# [Task statement]
If a line in the records below contains the word "main", copy it out.

# [Source data]
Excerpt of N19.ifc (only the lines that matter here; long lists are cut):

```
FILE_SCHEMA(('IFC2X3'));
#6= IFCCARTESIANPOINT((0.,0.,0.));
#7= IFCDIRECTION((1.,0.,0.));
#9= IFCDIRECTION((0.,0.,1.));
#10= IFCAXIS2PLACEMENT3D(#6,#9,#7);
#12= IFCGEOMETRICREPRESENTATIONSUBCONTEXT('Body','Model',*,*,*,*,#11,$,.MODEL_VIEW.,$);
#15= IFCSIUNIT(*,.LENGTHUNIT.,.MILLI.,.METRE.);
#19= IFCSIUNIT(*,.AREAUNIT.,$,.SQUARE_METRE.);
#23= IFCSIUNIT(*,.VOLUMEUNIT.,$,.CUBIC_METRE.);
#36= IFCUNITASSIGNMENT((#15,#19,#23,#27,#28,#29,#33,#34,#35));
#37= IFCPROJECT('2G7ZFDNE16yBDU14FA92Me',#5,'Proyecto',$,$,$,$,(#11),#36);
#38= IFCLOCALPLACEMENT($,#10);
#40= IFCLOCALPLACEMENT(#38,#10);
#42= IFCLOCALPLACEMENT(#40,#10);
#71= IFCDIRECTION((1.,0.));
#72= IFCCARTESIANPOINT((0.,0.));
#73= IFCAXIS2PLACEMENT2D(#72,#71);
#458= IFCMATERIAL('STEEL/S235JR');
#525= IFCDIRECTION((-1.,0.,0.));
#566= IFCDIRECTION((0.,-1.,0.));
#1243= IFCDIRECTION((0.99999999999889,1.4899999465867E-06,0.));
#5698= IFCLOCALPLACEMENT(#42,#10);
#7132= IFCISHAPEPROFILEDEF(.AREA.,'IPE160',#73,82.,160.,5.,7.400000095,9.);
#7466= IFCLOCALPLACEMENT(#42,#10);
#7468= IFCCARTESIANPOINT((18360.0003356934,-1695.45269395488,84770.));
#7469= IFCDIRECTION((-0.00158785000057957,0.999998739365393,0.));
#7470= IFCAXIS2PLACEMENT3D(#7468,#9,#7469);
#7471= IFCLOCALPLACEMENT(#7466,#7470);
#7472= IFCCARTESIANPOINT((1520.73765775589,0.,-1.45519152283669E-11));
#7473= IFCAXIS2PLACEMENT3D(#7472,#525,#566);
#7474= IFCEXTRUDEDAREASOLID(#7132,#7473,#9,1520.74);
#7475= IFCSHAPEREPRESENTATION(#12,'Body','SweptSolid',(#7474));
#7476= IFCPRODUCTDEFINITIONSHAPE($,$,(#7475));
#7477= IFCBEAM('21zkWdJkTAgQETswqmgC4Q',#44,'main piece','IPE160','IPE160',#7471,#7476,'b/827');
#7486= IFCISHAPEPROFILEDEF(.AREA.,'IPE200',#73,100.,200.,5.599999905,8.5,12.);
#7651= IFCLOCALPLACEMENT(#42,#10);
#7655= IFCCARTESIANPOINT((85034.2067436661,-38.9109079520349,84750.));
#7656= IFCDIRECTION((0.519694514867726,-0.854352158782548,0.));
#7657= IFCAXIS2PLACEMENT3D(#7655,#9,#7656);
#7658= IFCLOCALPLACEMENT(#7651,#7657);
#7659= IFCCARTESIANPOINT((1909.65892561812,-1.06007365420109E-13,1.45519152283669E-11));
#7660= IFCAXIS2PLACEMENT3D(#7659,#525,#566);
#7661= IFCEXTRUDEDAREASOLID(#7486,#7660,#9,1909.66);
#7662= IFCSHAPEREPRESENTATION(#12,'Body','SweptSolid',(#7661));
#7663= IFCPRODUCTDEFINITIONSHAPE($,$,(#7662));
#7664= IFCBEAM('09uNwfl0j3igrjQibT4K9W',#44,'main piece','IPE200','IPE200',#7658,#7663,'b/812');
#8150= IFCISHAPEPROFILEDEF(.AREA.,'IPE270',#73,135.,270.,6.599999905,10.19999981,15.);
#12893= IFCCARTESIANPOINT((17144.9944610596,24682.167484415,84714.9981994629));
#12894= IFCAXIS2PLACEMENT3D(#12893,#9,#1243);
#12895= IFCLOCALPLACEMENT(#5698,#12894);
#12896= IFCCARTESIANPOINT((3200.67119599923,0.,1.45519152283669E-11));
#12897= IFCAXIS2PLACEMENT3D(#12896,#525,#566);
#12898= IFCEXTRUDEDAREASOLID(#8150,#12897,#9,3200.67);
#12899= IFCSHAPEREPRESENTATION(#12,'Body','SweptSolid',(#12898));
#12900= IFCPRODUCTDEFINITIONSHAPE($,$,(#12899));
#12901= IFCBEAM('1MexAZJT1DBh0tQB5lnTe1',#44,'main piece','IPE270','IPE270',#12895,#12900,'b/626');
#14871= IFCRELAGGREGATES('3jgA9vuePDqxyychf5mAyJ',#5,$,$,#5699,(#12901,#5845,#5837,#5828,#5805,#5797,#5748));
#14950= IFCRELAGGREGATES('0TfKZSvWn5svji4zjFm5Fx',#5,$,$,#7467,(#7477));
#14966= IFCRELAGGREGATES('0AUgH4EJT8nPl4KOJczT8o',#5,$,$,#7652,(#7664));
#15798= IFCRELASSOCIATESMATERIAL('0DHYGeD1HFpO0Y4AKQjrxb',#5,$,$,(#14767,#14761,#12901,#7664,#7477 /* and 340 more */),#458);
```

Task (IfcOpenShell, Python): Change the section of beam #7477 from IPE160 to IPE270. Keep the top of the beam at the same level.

```python
import ifcopenshell
import ifcopenshell.util.element
import ifcopenshell.util.representation

model = ifcopenshell.open("N19.ifc")

member = model.by_guid("21zkWdJkTAgQETswqmgC4Q")
source = next(p for p in model.by_type("IfcIShapeProfileDef") if p.ProfileName == "IPE270")

body = ifcopenshell.util.representation.get_representation(member, "Model", "Body")
solid = body.Items[0]
old_profile = solid.SweptArea

# Copy the section's sizes but keep this member's own profile position.
profile = ifcopenshell.util.element.copy(model, source)
# Profiles are centred, so shift by half the change in depth to hold the top.
shift = (old_profile.OverallDepth - profile.OverallDepth) / 2
x, y = old_profile.Position.Location.Coordinates
up = (0.0, 1.0)  # upwards, in the solid's own plane
location = model.createIfcCartesianPoint((x + up[0] * shift, y + up[1] * shift))
profile.Position = model.createIfcAxis2Placement2D(location, old_profile.Position.RefDirection)
solid.SweptArea = profile
if not model.get_total_inverses(old_profile):
    ifcopenshell.util.element.remove_deep2(model, old_profile)
member.Description = member.Description.replace("IPE160", "IPE270")
member.ObjectType = member.ObjectType.replace("IPE160", "IPE270")

print(solid.SweptArea)

model.write("N19-out.ifc")
```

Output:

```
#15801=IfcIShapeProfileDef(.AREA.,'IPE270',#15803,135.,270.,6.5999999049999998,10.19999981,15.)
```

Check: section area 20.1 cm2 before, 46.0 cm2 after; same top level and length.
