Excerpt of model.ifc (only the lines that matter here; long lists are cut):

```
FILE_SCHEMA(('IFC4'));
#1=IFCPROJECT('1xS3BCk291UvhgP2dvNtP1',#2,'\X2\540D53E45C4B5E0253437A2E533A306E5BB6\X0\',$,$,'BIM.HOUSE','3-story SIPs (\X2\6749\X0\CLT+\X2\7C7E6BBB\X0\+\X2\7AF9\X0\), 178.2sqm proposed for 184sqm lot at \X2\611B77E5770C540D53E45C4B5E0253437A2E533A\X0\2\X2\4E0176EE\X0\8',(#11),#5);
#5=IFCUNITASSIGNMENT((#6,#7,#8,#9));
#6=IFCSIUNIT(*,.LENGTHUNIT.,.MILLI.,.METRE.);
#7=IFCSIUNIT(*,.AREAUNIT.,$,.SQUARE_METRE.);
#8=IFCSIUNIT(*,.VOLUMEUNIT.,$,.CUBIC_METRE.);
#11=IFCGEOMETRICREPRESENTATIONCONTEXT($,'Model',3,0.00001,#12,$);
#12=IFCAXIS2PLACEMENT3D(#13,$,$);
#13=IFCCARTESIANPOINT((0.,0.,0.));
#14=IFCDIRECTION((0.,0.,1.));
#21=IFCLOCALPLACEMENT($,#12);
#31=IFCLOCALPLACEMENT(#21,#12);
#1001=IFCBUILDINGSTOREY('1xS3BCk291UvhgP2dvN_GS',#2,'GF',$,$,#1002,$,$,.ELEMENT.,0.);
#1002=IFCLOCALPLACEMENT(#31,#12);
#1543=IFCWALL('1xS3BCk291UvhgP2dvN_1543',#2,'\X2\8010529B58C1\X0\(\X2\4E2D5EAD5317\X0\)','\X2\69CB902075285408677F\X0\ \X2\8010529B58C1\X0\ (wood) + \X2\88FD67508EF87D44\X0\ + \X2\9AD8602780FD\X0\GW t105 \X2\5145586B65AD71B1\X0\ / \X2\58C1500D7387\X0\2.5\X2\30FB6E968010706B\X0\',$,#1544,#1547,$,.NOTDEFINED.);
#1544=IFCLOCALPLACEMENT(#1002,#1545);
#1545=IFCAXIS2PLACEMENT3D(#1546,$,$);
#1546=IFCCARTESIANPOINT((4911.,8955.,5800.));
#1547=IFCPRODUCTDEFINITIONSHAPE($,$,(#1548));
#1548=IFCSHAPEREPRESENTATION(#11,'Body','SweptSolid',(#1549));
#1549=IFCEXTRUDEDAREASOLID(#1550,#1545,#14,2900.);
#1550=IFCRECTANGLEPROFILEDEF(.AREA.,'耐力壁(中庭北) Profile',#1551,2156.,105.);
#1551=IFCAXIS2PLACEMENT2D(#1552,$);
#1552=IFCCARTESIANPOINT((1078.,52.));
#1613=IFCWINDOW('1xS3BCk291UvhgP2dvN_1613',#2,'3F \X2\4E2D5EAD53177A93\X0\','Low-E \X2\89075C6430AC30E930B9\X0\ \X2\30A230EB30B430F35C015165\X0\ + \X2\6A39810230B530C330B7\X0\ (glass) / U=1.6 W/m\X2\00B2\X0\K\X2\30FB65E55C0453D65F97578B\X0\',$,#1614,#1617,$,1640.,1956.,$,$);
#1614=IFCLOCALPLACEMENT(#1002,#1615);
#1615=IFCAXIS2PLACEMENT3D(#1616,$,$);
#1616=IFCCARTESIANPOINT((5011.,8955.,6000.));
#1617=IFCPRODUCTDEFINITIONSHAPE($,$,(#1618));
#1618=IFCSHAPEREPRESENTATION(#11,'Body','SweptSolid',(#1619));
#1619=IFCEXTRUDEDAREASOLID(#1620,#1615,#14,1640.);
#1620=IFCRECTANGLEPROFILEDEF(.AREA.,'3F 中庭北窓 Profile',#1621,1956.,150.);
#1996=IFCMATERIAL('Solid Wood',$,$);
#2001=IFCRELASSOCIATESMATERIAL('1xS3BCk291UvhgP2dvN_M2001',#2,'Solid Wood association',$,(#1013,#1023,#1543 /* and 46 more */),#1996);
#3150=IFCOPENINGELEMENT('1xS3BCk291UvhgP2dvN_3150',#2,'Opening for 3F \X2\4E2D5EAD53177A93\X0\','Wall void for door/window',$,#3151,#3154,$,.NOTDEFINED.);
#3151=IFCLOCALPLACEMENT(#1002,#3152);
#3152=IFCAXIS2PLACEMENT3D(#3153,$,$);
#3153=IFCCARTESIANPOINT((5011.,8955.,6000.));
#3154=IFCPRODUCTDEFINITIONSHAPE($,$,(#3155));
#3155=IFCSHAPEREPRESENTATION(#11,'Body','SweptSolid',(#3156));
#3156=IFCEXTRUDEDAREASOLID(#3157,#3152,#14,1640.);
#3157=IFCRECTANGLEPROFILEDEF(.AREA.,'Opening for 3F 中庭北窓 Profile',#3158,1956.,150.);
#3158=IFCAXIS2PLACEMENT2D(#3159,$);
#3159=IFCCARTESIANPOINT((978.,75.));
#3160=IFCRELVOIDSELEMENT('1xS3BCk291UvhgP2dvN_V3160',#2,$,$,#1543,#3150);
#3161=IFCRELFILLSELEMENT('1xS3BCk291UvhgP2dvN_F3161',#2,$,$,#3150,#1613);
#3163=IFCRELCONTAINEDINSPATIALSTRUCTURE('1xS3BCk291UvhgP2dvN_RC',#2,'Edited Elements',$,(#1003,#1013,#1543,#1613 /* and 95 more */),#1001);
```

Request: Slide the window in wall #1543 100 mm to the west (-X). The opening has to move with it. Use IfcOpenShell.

```python
import ifcopenshell
import ifcopenshell.api.geometry
import ifcopenshell.util.placement

model = ifcopenshell.open("model.ifc")

window = model.by_guid("1xS3BCk291UvhgP2dvN_1613")
opening = window.FillsVoids[0].RelatingOpeningElement
wall = opening.VoidsElements[0].RelatingBuildingElement

wall_matrix = ifcopenshell.util.placement.get_local_placement(wall.ObjectPlacement)
shift = wall_matrix[:3, 0] * -100.0
before = ifcopenshell.util.placement.get_local_placement(window.ObjectPlacement)[:3, 3].copy()

# The window is not placed relative to its opening, so move both.
for product in (opening, window):
    matrix = ifcopenshell.util.placement.get_local_placement(product.ObjectPlacement)
    matrix[:3, 3] += shift
    ifcopenshell.api.geometry.edit_object_placement(model, product=product, matrix=matrix, is_si=False)

after = ifcopenshell.util.placement.get_local_placement(window.ObjectPlacement)[:3, 3]
print("window moved by", (after - before).round(3) + 0.0)

model.write("model-out.ifc")
```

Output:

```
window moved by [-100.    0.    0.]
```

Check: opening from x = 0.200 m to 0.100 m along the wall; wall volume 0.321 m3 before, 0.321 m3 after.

# [Solution to this task]
#7477= IFCBEAM('21zkWdJkTAgQETswqmgC4Q',#44,'main piece','IPE160','IPE160',#7471,#7476,'b/827');
#7664= IFCBEAM('09uNwfl0j3igrjQibT4K9W',#44,'main piece','IPE200','IPE200',#7658,#7663,'b/812');
#12901= IFCBEAM('1MexAZJT1DBh0tQB5lnTe1',#44,'main piece','IPE270','IPE270',#12895,#12900,'b/626');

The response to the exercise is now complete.